Removing Offline Node

I have a node that shows up as offline when I run gravity status, which is true as the instance is no longer around. The node does not show up when I run kubectl get nodes. Running gravity remove (and gravity remove --force) for the node, however, fails and the node remains listed as part of my cluster.

Is there a way to see why the gravity remove (and gravity remove --force) commands for the node are failing? Or is there another way to remove an unrecoverable node?

Hi @aparcel,

What gravity version are you using?

So just to confirm you attempted to execute gravity remove <node-ip> --force and the node still appears in gravity status?

When you ran gravity remove did it launch any shrink operation? Are there any errors in the active gravity-site logs you can share?

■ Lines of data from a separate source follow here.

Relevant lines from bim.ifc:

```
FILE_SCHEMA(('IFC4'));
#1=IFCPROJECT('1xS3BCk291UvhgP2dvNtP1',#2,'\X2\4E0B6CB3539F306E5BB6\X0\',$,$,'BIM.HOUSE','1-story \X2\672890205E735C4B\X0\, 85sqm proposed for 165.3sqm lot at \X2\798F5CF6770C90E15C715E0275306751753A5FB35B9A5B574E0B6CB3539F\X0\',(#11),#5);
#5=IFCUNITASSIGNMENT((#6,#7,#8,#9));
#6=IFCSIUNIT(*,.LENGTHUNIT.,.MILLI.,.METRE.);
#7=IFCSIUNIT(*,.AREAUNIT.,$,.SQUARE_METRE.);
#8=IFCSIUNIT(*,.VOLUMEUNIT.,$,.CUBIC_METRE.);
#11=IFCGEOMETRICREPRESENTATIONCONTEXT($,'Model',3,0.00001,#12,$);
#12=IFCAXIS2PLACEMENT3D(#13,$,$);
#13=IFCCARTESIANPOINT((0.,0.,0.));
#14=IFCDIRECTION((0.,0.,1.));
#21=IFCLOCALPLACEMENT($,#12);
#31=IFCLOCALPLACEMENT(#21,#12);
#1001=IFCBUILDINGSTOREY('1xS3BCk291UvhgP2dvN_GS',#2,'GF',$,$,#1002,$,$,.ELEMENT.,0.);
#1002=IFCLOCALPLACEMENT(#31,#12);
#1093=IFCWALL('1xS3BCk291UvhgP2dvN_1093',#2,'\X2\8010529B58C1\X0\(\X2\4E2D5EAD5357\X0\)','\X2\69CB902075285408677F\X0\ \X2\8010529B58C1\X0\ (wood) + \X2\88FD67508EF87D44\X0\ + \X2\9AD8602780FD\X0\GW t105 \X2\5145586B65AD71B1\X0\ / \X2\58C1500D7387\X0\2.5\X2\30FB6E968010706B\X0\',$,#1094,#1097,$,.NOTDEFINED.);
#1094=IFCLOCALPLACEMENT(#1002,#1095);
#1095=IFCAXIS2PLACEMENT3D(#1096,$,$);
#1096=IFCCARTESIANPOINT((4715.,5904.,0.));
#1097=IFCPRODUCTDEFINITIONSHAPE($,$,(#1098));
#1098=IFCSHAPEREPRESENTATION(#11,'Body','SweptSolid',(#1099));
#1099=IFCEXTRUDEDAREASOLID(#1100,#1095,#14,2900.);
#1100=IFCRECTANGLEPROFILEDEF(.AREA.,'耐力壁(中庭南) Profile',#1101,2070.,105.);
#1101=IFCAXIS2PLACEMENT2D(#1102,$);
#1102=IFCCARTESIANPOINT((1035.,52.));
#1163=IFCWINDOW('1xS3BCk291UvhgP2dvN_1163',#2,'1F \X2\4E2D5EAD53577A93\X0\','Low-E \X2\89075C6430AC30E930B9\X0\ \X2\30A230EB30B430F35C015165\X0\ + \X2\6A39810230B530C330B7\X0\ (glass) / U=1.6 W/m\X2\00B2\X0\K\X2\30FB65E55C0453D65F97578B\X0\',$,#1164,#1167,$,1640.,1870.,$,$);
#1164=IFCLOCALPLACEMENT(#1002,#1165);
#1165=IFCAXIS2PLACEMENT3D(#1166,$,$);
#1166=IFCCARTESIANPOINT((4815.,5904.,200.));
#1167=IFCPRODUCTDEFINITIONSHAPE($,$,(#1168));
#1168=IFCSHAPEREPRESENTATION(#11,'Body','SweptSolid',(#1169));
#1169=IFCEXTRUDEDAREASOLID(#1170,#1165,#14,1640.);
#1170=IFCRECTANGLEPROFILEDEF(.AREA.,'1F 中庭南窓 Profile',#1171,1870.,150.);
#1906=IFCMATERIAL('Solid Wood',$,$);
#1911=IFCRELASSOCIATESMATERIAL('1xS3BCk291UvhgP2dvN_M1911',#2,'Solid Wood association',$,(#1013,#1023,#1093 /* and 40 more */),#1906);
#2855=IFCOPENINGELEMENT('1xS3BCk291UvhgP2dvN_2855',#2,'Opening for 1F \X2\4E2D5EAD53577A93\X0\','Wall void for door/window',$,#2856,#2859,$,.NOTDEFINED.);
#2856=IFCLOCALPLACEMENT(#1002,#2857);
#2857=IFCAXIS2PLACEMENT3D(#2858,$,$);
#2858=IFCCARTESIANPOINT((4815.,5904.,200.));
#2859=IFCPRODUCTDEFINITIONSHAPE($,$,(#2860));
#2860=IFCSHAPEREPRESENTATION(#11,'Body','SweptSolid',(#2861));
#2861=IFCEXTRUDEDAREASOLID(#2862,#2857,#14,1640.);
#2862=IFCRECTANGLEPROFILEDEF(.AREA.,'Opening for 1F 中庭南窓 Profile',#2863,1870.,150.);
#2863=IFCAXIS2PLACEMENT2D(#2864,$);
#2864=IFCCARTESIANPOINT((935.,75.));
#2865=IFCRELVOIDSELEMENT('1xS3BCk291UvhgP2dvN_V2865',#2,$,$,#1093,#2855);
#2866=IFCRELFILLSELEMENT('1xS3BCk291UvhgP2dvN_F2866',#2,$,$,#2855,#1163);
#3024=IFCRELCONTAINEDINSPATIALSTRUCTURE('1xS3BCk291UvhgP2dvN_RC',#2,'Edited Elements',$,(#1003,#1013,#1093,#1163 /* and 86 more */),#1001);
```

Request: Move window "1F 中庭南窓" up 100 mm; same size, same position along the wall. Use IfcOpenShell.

```python
import numpy as np
import ifcopenshell
import ifcopenshell.api.geometry
import ifcopenshell.util.placement
import ifcopenshell.util.unit

model = ifcopenshell.open("bim.ifc")
unit_scale = ifcopenshell.util.unit.calculate_unit_scale(model)

window = model.by_id(1163)
opening = window.FillsVoids[0].RelatingOpeningElement
dz = 0.1 / unit_scale

shift = np.array([0.0, 0.0, dz])
# The window is not placed relative to its opening, so move both.
for product in (opening, window):
    matrix = ifcopenshell.util.placement.get_local_placement(product.ObjectPlacement)
    matrix[:3, 3] += shift
    ifcopenshell.api.geometry.edit_object_placement(model, product=product, matrix=matrix, is_si=False)

print(f"moved by {dz * unit_scale:+.3f} m")

model.write("bim_rev.ifc")
```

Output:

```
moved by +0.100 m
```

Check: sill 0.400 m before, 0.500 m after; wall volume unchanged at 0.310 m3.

kubectl -nkube-system logs gravity-site-xxx

Hi Abdu,

I have the same issue. Is there a way to manually removed a failed node from the cluster?

Thanks,
Daniel

The gravity version is 4.51.0

Yes, when executing gravity remove <node-ip> --force, the node still appears in gravity status.

I do see in gravity status that the operation_shrink was launched and failed.

I am unable to pull the logs using the command you cited.

User "kubectl" cannot get pods/log in the namespace "kube-system".

Just to confirm are you executing that command in gravity shell?

  1. sudo gravity shell
  2. kubectl -nkube-system get pods to get name of gravity-site-XXXXX
  3. execute kubectl -nkube-system logs gravity-site-xxx

Also have you explored upgrading your Gravity version? We recently announced Gravity 7.0.

Hi @dtufino,

Can you share your gravity version?

Have you already attempted to execute gravity remove <node-ip> --force from a master node? More details from the doc on that here.

If the node is still showing in gravity status can you share any error messages or logs you have captured?

Can you share the output from executing kubectl -nkube-system logs gravity-site-xxx in Gravity?